From its first words, the editorial methodically set out to justify what Israel was doing.

After 10 days of aerial bombardment,” the editorial began, “Israel sent tanks and ground troops into Gaza to keep Hamas from pummeling Israeli cities with rockets and carrying out terrorist attacks via underground tunnels.”

The choice of when to date the start of the crisis was part of the methodical detour around inconvenient facts.

For instance, no mention of Prime Minister Benjamin Netanyahu’s June 30 announcement that the “human animals” of Hamas would “pay” after three Israeli teenagers kidnapped in Israeli-controlled territory in the West Bank were found dead.
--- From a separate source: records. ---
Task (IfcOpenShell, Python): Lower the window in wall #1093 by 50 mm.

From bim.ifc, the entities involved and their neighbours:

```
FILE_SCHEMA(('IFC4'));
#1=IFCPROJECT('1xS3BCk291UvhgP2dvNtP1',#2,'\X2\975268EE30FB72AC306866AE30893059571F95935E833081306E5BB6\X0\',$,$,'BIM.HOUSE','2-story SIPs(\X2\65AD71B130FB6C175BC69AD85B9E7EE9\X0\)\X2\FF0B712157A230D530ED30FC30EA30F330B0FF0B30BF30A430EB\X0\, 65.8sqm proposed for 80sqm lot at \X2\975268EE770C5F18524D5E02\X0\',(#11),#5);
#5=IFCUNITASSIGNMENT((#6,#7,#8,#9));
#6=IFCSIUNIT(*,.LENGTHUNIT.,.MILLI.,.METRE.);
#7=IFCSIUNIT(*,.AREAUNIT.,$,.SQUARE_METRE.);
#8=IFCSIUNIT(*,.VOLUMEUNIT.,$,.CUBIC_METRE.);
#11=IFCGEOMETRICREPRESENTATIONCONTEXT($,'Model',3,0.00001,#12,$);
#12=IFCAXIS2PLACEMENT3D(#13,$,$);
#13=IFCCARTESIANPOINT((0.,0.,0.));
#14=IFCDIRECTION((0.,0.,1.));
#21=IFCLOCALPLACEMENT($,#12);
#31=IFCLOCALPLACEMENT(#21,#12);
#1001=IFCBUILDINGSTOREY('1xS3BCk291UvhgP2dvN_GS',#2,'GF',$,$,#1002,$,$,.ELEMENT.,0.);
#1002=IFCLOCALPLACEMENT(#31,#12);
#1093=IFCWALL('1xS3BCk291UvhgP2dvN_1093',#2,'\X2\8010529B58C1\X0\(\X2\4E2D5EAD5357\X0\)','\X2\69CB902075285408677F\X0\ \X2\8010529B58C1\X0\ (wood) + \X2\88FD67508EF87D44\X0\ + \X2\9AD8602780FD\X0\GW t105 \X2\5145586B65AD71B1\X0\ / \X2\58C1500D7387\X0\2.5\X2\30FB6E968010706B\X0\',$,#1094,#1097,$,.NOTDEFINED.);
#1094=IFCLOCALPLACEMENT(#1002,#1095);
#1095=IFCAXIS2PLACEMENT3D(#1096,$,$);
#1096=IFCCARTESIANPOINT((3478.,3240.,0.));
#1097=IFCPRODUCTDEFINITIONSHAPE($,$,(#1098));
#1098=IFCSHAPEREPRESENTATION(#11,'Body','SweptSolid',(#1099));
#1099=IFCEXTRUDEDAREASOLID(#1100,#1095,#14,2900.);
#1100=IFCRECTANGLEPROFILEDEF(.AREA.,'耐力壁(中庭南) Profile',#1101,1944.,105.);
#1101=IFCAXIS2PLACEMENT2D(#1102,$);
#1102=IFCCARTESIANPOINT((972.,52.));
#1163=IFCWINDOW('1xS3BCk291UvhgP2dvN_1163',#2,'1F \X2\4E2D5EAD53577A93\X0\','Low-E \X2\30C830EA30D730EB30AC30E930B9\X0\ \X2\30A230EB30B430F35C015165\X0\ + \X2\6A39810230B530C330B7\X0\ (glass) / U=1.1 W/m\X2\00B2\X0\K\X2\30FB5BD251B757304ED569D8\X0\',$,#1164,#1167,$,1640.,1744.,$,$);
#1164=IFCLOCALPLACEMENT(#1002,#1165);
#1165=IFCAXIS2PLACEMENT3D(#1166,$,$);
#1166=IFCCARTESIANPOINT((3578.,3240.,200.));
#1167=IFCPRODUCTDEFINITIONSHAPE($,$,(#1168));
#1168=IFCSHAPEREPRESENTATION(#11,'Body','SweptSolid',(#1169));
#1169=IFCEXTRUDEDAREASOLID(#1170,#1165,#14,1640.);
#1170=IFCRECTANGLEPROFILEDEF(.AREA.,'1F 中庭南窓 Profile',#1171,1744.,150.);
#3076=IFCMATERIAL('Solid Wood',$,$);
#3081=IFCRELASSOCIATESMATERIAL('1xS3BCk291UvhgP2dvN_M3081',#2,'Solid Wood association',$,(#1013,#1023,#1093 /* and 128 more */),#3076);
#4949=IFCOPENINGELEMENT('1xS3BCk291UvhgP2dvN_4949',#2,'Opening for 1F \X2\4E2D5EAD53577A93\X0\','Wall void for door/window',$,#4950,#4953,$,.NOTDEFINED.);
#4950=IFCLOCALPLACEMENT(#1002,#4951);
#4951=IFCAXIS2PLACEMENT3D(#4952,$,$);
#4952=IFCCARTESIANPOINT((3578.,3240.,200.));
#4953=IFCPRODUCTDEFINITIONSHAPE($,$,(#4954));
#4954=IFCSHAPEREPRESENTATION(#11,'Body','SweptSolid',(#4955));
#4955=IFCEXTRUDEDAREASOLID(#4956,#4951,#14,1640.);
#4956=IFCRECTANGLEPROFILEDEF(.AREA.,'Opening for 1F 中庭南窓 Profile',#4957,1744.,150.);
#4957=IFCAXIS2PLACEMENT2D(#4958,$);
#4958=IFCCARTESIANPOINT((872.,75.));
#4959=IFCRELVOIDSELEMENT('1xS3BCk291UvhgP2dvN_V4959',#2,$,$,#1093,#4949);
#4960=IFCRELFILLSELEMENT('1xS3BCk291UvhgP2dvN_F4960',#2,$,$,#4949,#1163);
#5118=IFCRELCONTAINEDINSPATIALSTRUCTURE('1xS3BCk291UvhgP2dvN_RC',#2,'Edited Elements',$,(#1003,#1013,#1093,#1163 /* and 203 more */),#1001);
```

```python
import numpy as np
import ifcopenshell
import ifcopenshell.api.geometry
import ifcopenshell.util.placement
import ifcopenshell.util.unit

model = ifcopenshell.open("bim.ifc")
unit_scale = ifcopenshell.util.unit.calculate_unit_scale(model)

window = model.by_id(1163)
opening = window.FillsVoids[0].RelatingOpeningElement
dz = -50.0

shift = np.array([0.0, 0.0, dz])
# The window is not placed relative to its opening, so move both.
for product in (opening, window):
    matrix = ifcopenshell.util.placement.get_local_placement(product.ObjectPlacement)
    matrix[:3, 3] += shift
    ifcopenshell.api.geometry.edit_object_placement(model, product=product, matrix=matrix, is_si=False)

print(f"moved by {dz * unit_scale:+.3f} m")

model.write("bim_edited.ifc")
```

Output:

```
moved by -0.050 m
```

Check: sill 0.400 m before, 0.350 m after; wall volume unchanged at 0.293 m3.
No mention of the absence of evidence that Hamas leadership was involved in those murders.

Likewise, absent from the editorializing sequence was Israel’s June “crackdown” in the West Bank, with home raids, area closures, imprisonment of hundreds of Hamas party activists including legislators.

Most of all, the vile core of the Times editorial was its devaluation of Palestinian lives in sharp contrast to Israeli lives.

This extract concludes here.